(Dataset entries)
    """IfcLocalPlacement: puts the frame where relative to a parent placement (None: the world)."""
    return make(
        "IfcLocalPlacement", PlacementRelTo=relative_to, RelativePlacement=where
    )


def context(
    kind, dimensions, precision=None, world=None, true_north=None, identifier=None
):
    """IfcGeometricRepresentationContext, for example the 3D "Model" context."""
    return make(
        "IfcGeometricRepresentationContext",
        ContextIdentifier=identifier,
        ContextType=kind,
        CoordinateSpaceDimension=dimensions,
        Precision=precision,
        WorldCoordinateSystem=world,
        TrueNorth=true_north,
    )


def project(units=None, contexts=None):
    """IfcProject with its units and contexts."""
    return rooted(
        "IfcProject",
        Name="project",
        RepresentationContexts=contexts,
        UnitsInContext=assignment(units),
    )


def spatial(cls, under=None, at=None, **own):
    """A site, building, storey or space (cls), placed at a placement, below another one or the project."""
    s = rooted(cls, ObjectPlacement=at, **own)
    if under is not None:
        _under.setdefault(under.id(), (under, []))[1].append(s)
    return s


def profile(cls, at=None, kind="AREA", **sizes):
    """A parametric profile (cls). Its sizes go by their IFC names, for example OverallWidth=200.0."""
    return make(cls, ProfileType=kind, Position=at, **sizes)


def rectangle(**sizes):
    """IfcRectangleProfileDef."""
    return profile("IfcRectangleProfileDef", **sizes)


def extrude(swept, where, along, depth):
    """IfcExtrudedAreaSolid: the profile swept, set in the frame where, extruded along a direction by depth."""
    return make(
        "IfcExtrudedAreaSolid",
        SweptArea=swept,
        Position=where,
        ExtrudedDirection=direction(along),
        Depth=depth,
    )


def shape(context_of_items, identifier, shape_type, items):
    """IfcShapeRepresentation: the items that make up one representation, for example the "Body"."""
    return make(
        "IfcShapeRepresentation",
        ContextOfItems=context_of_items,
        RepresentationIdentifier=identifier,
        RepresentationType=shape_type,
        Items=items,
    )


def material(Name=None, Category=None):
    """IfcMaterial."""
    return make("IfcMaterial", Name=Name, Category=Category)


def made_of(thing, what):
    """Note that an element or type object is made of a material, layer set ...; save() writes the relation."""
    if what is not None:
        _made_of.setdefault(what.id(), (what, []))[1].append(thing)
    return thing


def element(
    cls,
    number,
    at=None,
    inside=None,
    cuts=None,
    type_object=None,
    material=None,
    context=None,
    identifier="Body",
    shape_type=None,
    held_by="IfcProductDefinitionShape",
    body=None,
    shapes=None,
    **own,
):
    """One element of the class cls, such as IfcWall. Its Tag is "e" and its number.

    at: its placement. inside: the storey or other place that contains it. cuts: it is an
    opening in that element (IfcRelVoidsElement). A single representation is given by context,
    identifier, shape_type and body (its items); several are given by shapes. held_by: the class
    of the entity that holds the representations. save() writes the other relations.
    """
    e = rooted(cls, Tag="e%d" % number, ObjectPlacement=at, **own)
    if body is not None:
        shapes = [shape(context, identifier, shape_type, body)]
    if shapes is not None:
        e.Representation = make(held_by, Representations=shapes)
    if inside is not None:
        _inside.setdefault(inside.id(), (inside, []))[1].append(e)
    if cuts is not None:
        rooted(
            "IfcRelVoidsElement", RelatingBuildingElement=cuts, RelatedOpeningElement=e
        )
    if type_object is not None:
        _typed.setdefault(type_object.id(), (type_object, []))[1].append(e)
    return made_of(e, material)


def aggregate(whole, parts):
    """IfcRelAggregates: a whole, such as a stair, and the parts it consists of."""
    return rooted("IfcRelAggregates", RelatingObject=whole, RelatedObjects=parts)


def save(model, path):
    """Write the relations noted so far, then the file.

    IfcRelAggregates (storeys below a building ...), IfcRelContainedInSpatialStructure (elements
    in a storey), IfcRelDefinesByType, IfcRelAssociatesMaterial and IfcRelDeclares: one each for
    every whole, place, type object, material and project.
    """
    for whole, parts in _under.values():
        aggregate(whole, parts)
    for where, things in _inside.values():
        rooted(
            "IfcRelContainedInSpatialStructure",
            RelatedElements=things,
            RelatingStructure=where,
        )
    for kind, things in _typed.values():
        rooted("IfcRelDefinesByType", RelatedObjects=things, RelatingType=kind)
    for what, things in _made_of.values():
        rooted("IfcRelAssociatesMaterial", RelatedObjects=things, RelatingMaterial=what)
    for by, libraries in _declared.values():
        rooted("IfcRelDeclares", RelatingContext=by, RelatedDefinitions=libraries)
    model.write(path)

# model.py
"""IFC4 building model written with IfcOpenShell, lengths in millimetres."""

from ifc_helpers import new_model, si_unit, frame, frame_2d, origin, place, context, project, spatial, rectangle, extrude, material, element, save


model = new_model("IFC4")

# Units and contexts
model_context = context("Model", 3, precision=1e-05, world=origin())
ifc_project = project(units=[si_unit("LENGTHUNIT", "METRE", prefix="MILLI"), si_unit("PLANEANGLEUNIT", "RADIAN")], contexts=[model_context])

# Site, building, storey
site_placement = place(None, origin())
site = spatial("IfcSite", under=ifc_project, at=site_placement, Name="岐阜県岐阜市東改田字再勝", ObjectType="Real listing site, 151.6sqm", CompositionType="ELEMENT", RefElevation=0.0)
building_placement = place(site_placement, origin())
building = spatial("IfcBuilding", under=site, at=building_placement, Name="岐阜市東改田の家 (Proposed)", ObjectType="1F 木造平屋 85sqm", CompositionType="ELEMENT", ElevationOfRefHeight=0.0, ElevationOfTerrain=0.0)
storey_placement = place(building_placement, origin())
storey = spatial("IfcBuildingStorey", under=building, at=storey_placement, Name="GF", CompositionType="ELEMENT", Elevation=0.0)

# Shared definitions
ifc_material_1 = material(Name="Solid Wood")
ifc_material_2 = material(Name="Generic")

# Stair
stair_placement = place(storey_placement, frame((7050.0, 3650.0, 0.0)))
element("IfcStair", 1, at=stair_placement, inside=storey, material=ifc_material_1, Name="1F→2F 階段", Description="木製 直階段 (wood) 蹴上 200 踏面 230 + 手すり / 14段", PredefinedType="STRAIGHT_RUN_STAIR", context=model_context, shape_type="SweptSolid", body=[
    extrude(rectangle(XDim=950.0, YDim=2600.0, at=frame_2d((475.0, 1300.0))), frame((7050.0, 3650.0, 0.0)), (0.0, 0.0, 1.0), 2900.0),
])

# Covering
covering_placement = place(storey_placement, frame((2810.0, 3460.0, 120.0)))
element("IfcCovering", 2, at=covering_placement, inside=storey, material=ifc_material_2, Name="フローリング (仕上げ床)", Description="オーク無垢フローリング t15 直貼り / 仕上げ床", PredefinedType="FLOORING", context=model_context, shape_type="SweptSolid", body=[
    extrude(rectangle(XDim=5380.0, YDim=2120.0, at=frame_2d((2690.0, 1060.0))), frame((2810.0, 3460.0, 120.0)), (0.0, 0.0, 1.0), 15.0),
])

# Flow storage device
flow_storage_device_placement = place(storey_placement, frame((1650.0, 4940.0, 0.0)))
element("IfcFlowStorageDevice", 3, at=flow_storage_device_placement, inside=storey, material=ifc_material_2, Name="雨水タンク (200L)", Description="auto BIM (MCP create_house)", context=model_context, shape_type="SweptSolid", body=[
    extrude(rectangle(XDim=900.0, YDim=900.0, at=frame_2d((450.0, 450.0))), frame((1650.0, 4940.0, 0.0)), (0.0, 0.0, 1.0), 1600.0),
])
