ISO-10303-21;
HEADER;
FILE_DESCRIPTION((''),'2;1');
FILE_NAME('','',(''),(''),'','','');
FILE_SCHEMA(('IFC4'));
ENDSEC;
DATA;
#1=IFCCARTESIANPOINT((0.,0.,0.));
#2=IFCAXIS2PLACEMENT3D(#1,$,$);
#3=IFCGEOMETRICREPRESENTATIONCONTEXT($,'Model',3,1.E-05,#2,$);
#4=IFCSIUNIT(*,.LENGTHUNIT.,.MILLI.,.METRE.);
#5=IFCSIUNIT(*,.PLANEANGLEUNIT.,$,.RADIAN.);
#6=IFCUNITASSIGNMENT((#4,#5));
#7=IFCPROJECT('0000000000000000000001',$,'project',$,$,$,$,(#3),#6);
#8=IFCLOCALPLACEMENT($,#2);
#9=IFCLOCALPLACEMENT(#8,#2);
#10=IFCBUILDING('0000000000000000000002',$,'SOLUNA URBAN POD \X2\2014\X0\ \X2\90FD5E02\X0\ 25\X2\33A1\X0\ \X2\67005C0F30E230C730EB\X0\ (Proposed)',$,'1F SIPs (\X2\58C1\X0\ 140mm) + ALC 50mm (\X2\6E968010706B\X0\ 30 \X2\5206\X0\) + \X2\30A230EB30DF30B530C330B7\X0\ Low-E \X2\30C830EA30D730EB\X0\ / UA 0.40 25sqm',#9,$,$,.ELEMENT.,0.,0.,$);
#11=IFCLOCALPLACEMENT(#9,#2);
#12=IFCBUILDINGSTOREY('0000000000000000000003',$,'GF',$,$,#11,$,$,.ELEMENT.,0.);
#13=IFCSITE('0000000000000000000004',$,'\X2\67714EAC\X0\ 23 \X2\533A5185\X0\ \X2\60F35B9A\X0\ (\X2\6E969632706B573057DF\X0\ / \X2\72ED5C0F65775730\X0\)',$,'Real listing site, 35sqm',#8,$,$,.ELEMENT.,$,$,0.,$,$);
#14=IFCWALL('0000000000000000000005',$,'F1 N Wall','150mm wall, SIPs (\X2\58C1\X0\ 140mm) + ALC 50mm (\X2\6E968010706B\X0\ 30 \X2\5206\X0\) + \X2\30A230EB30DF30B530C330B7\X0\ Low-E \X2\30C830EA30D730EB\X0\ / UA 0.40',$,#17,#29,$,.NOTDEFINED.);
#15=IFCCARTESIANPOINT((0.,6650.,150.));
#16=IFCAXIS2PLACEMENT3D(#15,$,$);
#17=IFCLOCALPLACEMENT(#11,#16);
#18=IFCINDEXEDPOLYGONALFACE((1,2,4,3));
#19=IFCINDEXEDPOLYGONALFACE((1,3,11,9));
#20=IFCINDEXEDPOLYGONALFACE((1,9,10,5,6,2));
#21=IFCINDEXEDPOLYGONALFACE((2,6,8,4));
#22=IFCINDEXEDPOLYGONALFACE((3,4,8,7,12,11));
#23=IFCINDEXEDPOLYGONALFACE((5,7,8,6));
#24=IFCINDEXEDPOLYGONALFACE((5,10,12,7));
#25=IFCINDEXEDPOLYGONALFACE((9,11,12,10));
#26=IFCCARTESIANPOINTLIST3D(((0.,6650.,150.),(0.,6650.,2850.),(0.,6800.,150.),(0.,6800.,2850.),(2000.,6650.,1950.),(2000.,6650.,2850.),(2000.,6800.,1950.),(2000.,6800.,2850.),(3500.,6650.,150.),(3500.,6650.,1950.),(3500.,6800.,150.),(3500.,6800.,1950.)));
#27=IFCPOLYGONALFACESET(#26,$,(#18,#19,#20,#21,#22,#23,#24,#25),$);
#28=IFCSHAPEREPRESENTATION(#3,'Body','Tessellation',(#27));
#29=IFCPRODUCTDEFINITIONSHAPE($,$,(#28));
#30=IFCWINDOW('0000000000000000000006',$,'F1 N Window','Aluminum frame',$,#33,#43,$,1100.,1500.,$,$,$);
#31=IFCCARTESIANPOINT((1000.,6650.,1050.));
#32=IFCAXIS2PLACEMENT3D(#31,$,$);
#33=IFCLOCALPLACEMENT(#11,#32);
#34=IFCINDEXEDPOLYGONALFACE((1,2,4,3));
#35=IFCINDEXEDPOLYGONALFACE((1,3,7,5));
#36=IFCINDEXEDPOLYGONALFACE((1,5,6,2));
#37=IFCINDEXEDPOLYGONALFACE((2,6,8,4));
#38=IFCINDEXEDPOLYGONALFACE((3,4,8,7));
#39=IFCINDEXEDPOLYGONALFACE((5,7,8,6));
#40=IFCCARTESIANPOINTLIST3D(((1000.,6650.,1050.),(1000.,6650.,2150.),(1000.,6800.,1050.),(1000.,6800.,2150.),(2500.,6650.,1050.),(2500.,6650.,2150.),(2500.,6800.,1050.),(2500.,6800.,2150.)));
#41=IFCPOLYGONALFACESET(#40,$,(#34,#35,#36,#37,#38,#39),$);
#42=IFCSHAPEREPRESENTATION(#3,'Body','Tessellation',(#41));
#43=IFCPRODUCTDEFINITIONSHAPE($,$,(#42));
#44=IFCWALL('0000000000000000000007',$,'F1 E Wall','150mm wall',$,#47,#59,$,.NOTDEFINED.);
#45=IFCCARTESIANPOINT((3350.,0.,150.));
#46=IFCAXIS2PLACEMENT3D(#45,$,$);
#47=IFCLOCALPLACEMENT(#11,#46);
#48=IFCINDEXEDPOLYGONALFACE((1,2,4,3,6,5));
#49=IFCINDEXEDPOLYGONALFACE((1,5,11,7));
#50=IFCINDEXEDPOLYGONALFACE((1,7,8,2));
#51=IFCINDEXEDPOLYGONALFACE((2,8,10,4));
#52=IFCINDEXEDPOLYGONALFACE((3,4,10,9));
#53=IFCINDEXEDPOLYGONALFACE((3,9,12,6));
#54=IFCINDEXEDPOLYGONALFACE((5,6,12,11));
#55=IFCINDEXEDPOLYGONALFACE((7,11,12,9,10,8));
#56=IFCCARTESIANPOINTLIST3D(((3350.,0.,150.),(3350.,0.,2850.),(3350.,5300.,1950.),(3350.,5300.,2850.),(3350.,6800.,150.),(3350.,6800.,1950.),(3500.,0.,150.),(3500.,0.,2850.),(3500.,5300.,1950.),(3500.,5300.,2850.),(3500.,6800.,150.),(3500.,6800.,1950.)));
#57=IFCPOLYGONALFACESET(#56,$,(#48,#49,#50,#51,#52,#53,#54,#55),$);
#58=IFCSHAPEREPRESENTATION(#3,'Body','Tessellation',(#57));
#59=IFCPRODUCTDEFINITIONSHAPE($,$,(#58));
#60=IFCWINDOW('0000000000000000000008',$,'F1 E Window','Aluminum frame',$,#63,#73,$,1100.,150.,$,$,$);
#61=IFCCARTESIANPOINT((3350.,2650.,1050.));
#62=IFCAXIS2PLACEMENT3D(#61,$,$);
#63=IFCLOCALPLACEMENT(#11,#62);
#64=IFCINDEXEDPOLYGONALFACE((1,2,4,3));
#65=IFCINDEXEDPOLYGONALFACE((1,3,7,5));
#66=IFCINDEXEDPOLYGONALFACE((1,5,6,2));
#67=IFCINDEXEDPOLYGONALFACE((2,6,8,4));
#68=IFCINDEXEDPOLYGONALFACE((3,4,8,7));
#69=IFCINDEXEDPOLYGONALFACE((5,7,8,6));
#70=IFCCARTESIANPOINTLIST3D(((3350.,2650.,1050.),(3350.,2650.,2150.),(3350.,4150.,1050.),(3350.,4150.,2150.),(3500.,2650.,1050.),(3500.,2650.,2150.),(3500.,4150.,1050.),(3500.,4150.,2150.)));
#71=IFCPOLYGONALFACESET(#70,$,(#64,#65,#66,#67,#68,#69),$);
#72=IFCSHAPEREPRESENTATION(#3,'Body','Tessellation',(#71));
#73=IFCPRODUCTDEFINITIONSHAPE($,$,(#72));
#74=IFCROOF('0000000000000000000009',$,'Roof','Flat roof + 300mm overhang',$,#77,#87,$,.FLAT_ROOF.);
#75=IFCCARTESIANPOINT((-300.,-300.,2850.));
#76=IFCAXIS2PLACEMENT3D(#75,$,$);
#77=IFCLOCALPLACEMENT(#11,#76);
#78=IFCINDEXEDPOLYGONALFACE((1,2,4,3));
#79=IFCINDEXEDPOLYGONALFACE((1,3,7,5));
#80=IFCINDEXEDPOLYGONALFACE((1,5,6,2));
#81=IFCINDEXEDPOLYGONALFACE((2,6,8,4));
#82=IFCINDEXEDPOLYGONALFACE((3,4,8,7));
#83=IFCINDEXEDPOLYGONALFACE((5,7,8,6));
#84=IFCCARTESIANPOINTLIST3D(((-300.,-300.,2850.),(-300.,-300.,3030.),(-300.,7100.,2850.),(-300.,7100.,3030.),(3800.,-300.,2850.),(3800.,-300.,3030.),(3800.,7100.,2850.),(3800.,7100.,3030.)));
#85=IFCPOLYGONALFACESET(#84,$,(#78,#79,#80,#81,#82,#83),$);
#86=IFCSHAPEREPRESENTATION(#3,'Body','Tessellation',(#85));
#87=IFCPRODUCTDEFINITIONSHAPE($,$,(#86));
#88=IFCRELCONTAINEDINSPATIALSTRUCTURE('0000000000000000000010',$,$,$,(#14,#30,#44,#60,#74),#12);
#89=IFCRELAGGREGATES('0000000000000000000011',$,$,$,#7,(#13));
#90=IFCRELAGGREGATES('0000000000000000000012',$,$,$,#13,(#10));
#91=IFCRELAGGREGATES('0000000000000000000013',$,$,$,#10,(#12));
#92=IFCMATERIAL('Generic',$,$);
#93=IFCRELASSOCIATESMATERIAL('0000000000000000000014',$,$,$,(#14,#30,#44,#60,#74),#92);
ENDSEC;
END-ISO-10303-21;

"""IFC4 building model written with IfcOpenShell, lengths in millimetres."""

from ifc_helpers import new_model, si_unit, frame, frame_2d, origin, place, context, project, spatial, rectangle, extrude, material, element, fill, save


model = new_model("IFC4")

# Units and contexts
model_context = context("Model", 3, precision=1e-05, world=origin())
ifc_project = project(units=[si_unit("LENGTHUNIT", "METRE", prefix="MILLI"), si_unit("PLANEANGLEUNIT", "RADIAN")], contexts=[model_context])

# Site, building, storey
site_placement = place(None, origin())
site = spatial("IfcSite", under=ifc_project, at=site_placement, Name="東京 23 区内 想定 (準防火地域 / 狭小敷地)", ObjectType="Real listing site, 35sqm", CompositionType="ELEMENT", RefElevation=0.0)
building_placement = place(site_placement, origin())
building = spatial("IfcBuilding", under=site, at=building_placement, Name="SOLUNA URBAN POD — 都市 25㎡ 最小モデル (Proposed)", ObjectType="1F SIPs (壁 140mm) + ALC 50mm (準耐火 30 分) + アルミサッシ Low-E トリプル / UA 0.40 25sqm", CompositionType="ELEMENT", ElevationOfRefHeight=0.0, ElevationOfTerrain=0.0)
storey_placement = place(building_placement, origin())
storey = spatial("IfcBuildingStorey", under=building, at=storey_placement, Name="GF", CompositionType="ELEMENT", Elevation=0.0)

# Wall, opening, window
ifc_material_1 = material(Name="Generic")
wall_1_placement = place(storey_placement, frame((0.0, 6650.0, 150.0)))
wall_1 = element("IfcWall", 1, at=wall_1_placement, inside=storey, material=ifc_material_1, Name="F1 N Wall", Description="150mm wall, SIPs (壁 140mm) + ALC 50mm (準耐火 30 分) + アルミサッシ Low-E トリプル / UA 0.40", PredefinedType="NOTDEFINED", context=model_context, shape_type="SweptSolid", body=[
    extrude(rectangle(XDim=3500.0, YDim=150.0, at=frame_2d((1750.0, 75.0))), frame((0.0, 6650.0, 150.0)), (0.0, 0.0, 1.0), 2700.0),
])
opening_1_placement = place(storey_placement, frame((1000.0, 6650.0, 1050.0)))
opening_1 = element("IfcOpeningElement", 2, at=opening_1_placement, cuts=wall_1, PredefinedType="NOTDEFINED", context=model_context, shape_type="SweptSolid", body=[
    extrude(rectangle(XDim=1500.0, YDim=150.0, at=frame_2d((750.0, 75.0))), frame((1000.0, 6650.0, 1050.0)), (0.0, 0.0, 1.0), 1100.0),
])
window_1_placement = place(storey_placement, frame((1000.0, 6650.0, 1050.0)))
window_1 = element("IfcWindow", 3, at=window_1_placement, inside=storey, material=ifc_material_1, Name="F1 N Window", Description="Aluminum frame", OverallHeight=1100.0, OverallWidth=1500.0, context=model_context, shape_type="SweptSolid", body=[
    extrude(rectangle(XDim=1500.0, YDim=150.0, at=frame_2d((750.0, 75.0))), frame((1000.0, 6650.0, 1050.0)), (0.0, 0.0, 1.0), 1100.0),
])
fill(opening_1, window_1)

# Wall, opening, window
wall_2_placement = place(storey_placement, frame((3350.0, 0.0, 150.0)))
wall_2 = element("IfcWall", 4, at=wall_2_placement, inside=storey, material=ifc_material_1, Name="F1 E Wall", Description="150mm wall", PredefinedType="NOTDEFINED", context=model_context, shape_type="SweptSolid", body=[
    extrude(rectangle(XDim=150.0, YDim=6800.0, at=frame_2d((75.0, 3400.0))), frame((3350.0, 0.0, 150.0)), (0.0, 0.0, 1.0), 2700.0),
])
opening_2_placement = place(storey_placement, frame((3350.0, 2650.0, 1050.0)))
opening_2 = element("IfcOpeningElement", 5, at=opening_2_placement, cuts=wall_2, PredefinedType="NOTDEFINED", context=model_context, shape_type="SweptSolid", body=[
    extrude(rectangle(XDim=150.0, YDim=1500.0, at=frame_2d((75.0, 750.0))), frame((3350.0, 2650.0, 1050.0)), (0.0, 0.0, 1.0), 1100.0),
])
window_2_placement = place(storey_placement, frame((3350.0, 2650.0, 1050.0)))
window_2 = element("IfcWindow", 6, at=window_2_placement, inside=storey, material=ifc_material_1, Name="F1 E Window", Description="Aluminum frame", OverallHeight=1100.0, OverallWidth=150.0, context=model_context, shape_type="SweptSolid", body=[
    extrude(rectangle(XDim=150.0, YDim=1500.0, at=frame_2d((75.0, 750.0))), frame((3350.0, 2650.0, 1050.0)), (0.0, 0.0, 1.0), 1100.0),
])
fill(opening_2, window_2)

# Roof
roof_placement = place(storey_placement, frame((-300.0, -300.0, 2850.0)))
element("IfcRoof", 7, at=roof_placement, inside=storey, material=ifc_material_1, Name="Roof", Description="Flat roof + 300mm overhang", PredefinedType="FLAT_ROOF", context=model_context, shape_type="SweptSolid", body=[
    extrude(rectangle(XDim=4100.0, YDim=7400.0, at=frame_2d((2050.0, 3700.0))), frame((-300.0, -300.0, 2850.0)), (0.0, 0.0, 1.0), 180.0),
])

save(model, "model.ifc")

* Task goal *
Search the data for the string "dimensions" and copy each line where it appears.

* Your solution *
    kind, dimensions, precision=None, world=None, true_north=None, identifier=None
        CoordinateSpaceDimension=dimensions,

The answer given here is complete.